REI, for instance, has options ranging from a $3 vinyl-coated hook screwed into a ceiling stud that can elevate a bike by its front wheel to a $230 Saris CycleGlide that can be mounted on a garage ceiling and can hold four bikes hanging upside down by their wheels.

Michael Williams, a local cyclist known for his sense of style – he owns a Citroen DS painted to look like a vintage caravan vehicle from the Tour de France – said he has been in friends' homes that run the gamut of bike storage. Some simply lean their bikes against the sofa. Others take over an entire spare room, with several bikes hanging from hooks in the ceiling.

Williams, whose east Sacramento house includes a shrine to Eddy Merckx, the great Belgian cyclist, said he has always wanted to make a vintage bike a focal point in his home. But, he adds with a laugh, "I also want to stay married."

Williams keeps most of his bikes in the garage, hanging from the ceiling. Two of them are displayed in his home office. One is held aloft with a rack made by Prostor that costs about $20 – two rubber-coated forks screwed into the wall that elevate the bike horizontally.

"I got it several years ago. It's very elegant, definitely more industrial-looking (than the Bike Valet)," he said.

The other bike elevates from a simple custom rack in which two chains hang from the ceiling, with two hooks holding the handlebars and two more at the back of the saddle.

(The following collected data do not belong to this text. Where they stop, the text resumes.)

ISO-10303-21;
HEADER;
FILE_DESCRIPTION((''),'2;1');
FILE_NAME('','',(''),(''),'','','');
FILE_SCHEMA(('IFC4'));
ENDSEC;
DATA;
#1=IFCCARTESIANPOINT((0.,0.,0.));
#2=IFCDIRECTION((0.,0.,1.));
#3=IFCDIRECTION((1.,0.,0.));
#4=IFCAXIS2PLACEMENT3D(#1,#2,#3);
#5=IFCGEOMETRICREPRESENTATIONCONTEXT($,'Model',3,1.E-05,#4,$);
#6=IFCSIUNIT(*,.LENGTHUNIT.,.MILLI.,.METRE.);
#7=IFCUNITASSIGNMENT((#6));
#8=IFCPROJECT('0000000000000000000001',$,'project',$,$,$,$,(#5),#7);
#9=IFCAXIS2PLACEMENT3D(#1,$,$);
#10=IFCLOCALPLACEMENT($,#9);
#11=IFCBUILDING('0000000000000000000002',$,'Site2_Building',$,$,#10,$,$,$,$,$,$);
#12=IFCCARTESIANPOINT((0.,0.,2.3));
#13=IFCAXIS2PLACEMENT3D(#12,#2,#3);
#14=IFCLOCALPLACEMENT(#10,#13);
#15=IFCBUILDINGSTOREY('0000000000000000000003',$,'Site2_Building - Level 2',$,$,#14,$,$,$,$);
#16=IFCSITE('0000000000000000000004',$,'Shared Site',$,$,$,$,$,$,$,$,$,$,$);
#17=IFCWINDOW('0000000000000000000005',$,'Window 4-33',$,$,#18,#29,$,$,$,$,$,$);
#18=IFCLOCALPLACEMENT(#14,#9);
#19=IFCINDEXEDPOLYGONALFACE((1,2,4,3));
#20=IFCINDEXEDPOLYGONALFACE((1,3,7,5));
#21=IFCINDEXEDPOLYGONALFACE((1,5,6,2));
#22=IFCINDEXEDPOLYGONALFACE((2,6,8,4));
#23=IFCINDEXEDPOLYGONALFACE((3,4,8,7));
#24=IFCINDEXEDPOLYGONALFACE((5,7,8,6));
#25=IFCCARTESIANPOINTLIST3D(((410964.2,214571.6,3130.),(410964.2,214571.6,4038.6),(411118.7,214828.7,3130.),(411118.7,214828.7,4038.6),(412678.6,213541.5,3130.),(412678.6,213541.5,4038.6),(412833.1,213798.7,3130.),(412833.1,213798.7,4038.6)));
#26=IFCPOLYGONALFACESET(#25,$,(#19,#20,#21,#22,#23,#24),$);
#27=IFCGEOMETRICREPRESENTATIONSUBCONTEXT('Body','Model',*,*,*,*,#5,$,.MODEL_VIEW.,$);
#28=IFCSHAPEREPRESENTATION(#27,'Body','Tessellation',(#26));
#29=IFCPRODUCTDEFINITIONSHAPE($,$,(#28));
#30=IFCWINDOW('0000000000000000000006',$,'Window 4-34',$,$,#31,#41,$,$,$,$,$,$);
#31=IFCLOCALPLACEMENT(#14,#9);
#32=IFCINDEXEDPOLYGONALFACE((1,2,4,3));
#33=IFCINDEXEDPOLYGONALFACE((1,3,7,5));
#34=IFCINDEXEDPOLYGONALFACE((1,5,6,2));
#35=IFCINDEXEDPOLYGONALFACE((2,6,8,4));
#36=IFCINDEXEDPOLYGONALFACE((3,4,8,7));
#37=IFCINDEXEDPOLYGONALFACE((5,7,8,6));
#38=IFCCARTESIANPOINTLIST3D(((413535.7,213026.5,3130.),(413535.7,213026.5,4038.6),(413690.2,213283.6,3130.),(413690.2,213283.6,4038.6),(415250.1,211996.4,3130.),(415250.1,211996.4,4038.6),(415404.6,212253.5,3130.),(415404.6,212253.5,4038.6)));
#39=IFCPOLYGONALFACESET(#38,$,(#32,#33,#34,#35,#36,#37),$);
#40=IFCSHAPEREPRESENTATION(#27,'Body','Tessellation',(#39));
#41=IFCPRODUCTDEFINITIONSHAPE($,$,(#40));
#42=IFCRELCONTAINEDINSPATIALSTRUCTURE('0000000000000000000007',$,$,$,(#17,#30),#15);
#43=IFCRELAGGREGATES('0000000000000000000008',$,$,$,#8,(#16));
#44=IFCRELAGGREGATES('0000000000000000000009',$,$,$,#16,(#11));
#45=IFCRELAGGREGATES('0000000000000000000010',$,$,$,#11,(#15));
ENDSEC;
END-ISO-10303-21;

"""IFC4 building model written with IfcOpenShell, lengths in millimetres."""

from ifc_helpers import new_model, si_unit, frame, origin, origin_with_axes, place, context, subcontext, project, spatial, indexed_curve, outline, extrude, element, save


model = new_model("IFC4")

# Units and contexts
model_context = context("Model", 3, precision=1e-05, world=origin_with_axes())
body_context = subcontext(model_context, "Body", "Model", "MODEL_VIEW")
ifc_project = project(units=[si_unit("LENGTHUNIT", "METRE", prefix="MILLI")], contexts=[model_context])

# Site, building, storey
site = spatial("IfcSite", under=ifc_project, Name="Shared Site")
building_placement = place(None, origin())
building = spatial("IfcBuilding", under=site, at=building_placement, Name="Site2_Building")
storey_placement = place(building_placement, frame((0.0, 0.0, 2.3), z_axis=(0.0, 0.0, 1.0), x_axis=(1.0, 0.0, 0.0)))
storey = spatial("IfcBuildingStorey", under=building, at=storey_placement, Name="Site2_Building - Level 2")

# Windows
for number, where, z_axis, x_axis, name in (
    (1, (410964.2, 214571.6, 3130.0), (0.0, 0.0, 1.0), (0.857167, -0.515038, 0.0), "Window 4-33"),
    (2, (413535.7, 213026.5, 3130.0), (0.0, 0.0, 1.0), (0.857167, -0.515038, 0.0), "Window 4-34"),
):
    element("IfcWindow", number, at=place(storey_placement, frame(where, z_axis=z_axis, x_axis=x_axis)), inside=storey, Name=name, context=body_context, shape_type="SweptSolid", body=[
        extrude(outline(indexed_curve([(0.0, 0.0), (0.0, 300.0), (2000.0, 300.0), (2000.0, 0.0), (0.0, 0.0)], self_intersect=False)), origin_with_axes(), (0.0, 0.0, 1.0), 908.6),
    ])

save(model, "model.ifc")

"It's an idea I stole from an old bike shop in Belgium," Williams said.

As for Tiller, he is hoping his Bike Valet will offer the combination of art and function many bike owners in tight spaces covet.

One of them is Christina Ragsdale, who spotted Tiller's design on Facebook. When she moved downtown from a suburban home with a three-car garage to one with a single-car garage, she knew she needed to focus on space and storage. Her bike? It might even get to hang in her home office if she can make it work with the décor.

"I just thought it was really beautiful," she said of Tiller's design. "Functional art is something I've collected for years. It accomplishes something you need in terms of storage. We've become accustomed to hiding things away. This is kind of hiding things in plain sight."